Task:
Scan the entries for the word "LENGTHUNIT". Every line that has it should be copied.

(Collected data entries)
□ □ □ □

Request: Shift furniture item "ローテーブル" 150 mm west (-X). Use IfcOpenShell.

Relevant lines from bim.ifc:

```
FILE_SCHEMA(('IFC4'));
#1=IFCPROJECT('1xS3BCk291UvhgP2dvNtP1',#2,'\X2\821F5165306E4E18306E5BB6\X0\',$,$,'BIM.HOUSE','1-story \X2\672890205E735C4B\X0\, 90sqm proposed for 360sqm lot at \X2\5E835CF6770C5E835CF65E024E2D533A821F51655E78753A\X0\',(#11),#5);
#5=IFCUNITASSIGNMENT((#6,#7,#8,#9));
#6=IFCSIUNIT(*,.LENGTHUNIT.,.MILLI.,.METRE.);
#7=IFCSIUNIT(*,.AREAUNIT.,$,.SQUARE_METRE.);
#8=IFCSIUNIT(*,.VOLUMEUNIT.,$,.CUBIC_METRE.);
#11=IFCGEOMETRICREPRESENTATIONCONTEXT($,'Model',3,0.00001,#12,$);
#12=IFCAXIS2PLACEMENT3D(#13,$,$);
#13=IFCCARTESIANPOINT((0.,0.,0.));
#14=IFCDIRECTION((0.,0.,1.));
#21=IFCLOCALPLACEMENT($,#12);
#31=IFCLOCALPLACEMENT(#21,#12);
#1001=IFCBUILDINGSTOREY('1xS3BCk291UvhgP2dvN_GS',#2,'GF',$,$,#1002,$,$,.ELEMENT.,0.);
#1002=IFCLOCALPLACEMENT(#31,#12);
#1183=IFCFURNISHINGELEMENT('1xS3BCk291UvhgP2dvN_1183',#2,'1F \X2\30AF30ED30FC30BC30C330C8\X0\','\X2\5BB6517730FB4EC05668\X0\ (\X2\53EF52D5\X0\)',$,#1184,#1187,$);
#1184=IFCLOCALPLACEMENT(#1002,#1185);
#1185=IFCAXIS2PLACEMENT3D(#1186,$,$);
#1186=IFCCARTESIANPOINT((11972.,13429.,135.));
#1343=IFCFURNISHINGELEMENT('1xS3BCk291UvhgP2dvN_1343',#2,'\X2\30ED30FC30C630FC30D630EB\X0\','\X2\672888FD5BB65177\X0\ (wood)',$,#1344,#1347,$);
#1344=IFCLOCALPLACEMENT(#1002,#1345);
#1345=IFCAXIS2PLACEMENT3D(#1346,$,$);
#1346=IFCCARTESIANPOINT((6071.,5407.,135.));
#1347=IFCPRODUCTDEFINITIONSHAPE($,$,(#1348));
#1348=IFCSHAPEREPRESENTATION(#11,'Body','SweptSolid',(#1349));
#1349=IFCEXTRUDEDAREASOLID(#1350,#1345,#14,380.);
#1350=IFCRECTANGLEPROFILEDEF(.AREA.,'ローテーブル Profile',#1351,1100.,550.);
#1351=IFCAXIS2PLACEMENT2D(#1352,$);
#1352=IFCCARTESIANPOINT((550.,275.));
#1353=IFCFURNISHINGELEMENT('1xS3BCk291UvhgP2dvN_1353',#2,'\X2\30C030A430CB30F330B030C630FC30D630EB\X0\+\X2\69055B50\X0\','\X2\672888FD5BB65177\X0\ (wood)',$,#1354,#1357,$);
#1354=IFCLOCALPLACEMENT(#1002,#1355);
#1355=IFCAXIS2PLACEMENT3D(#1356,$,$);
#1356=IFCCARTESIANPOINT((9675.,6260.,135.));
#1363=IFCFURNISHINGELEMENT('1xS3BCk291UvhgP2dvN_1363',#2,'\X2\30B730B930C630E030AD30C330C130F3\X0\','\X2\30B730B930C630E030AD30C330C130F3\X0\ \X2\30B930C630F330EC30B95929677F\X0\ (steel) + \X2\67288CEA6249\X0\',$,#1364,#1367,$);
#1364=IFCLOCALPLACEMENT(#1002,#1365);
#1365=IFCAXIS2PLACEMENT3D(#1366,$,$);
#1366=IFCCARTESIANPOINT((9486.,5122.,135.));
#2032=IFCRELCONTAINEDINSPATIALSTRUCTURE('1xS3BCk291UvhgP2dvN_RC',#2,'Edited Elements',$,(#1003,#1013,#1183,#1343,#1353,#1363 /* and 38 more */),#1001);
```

```python
import ifcopenshell
import ifcopenshell.api.geometry
import ifcopenshell.util.placement

model = ifcopenshell.open("bim.ifc")

item = model.by_id(1343)
matrix = ifcopenshell.util.placement.get_local_placement(item.ObjectPlacement)
matrix[0, 3] -= 150.0
ifcopenshell.api.geometry.edit_object_placement(model, product=item, matrix=matrix, is_si=False)

print(ifcopenshell.util.placement.get_local_placement(item.ObjectPlacement).round(3) + 0.0)

model.write("bim_edited.ifc")
```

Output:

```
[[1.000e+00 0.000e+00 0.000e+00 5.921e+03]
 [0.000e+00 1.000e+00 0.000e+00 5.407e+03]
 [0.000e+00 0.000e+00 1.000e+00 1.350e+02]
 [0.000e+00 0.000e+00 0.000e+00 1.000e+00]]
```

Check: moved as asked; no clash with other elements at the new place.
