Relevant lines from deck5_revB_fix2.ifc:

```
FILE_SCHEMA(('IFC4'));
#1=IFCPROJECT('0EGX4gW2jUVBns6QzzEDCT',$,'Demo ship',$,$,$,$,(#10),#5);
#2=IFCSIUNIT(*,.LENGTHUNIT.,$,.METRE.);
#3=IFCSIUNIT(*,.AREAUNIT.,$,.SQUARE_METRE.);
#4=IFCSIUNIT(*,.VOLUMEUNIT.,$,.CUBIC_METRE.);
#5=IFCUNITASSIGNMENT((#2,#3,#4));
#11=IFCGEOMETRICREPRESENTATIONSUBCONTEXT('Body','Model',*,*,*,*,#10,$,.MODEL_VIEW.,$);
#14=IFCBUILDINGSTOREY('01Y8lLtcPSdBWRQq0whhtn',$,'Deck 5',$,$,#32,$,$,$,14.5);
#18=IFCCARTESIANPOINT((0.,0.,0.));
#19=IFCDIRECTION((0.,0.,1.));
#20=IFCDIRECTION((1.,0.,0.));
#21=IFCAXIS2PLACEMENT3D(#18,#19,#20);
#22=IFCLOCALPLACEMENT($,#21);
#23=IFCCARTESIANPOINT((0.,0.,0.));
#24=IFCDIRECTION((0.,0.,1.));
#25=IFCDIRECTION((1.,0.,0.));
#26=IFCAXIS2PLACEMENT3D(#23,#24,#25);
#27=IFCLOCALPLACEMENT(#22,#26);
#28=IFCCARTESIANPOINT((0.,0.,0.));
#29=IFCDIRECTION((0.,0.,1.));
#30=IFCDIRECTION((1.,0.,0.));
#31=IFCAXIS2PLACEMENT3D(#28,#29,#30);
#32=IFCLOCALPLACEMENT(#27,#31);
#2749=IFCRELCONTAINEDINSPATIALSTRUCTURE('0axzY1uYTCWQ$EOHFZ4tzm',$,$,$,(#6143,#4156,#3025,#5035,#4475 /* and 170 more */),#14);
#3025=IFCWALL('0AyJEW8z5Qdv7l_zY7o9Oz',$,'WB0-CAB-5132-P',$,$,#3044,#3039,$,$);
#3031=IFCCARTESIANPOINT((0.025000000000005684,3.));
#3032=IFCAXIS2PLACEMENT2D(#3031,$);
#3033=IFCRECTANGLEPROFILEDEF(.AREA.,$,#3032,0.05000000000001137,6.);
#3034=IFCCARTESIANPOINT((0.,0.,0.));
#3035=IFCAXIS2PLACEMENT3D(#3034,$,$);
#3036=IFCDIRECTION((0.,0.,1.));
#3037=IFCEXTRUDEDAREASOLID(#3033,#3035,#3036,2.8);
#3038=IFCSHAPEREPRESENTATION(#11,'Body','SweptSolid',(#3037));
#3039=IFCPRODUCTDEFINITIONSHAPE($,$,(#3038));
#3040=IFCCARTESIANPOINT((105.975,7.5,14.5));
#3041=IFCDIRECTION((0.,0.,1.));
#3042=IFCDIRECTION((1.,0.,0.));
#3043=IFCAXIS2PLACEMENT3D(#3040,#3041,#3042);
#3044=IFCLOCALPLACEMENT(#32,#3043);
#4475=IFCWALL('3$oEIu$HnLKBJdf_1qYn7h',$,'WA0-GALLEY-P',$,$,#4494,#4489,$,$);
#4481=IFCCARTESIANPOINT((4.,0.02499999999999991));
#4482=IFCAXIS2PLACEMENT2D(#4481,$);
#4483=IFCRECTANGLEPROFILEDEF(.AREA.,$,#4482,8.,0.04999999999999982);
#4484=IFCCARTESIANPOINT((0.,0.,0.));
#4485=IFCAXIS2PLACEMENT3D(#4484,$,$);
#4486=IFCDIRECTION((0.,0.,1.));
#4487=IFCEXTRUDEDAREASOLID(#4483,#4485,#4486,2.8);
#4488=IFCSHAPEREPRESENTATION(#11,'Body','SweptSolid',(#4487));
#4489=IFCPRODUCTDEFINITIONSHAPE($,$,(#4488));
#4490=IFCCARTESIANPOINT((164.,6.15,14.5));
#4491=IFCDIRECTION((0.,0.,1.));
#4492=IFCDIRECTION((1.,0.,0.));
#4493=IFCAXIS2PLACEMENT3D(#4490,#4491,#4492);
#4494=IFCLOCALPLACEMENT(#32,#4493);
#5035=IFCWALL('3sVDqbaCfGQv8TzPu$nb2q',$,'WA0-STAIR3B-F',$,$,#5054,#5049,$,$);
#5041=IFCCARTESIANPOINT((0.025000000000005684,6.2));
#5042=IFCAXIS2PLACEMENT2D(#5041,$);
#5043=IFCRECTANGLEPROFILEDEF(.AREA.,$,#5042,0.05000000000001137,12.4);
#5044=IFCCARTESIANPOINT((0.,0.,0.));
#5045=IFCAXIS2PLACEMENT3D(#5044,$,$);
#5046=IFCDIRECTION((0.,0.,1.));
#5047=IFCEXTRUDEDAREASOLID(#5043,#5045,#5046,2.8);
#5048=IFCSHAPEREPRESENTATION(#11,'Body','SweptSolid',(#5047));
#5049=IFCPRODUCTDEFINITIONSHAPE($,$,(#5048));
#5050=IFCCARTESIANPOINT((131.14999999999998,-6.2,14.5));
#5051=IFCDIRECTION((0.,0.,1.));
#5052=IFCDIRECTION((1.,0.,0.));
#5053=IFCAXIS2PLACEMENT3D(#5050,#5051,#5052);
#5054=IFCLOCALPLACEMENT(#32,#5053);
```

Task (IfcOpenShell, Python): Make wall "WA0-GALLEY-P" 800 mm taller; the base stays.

```python
import ifcopenshell
import ifcopenshell.geom
import ifcopenshell.util.representation
import ifcopenshell.util.shape
import ifcopenshell.util.unit

model = ifcopenshell.open("deck5_revB_fix2.ifc")
unit_scale = ifcopenshell.util.unit.calculate_unit_scale(model)
settings = ifcopenshell.geom.settings()


def volume(element):
    """Net volume in cubic metres, openings subtracted."""
    shape = ifcopenshell.geom.create_shape(settings, element)
    return ifcopenshell.util.shape.get_volume(shape.geometry)


wall = model.by_guid("3$oEIu$HnLKBJdf_1qYn7h")
before = volume(wall)

body = ifcopenshell.util.representation.get_representation(wall, "Model", "Body")
solid = body.Items[0]
old_height = solid.Depth
solid.Depth += 0.8 / unit_scale
after = volume(wall)

print(f"height {old_height:g} -> {solid.Depth:g}, volume {before:.3f} -> {after:.3f} m3")

model.write("deck5_revB_fix2-out.ifc")
```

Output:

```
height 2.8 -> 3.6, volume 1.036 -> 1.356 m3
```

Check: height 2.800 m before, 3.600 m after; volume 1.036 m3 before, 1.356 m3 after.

□ □ □ □

Output of the exercise:
#6=IFCSIUNIT(*,.LENGTHUNIT.,.MILLI.,.METRE.);
#2=IFCSIUNIT(*,.LENGTHUNIT.,$,.METRE.);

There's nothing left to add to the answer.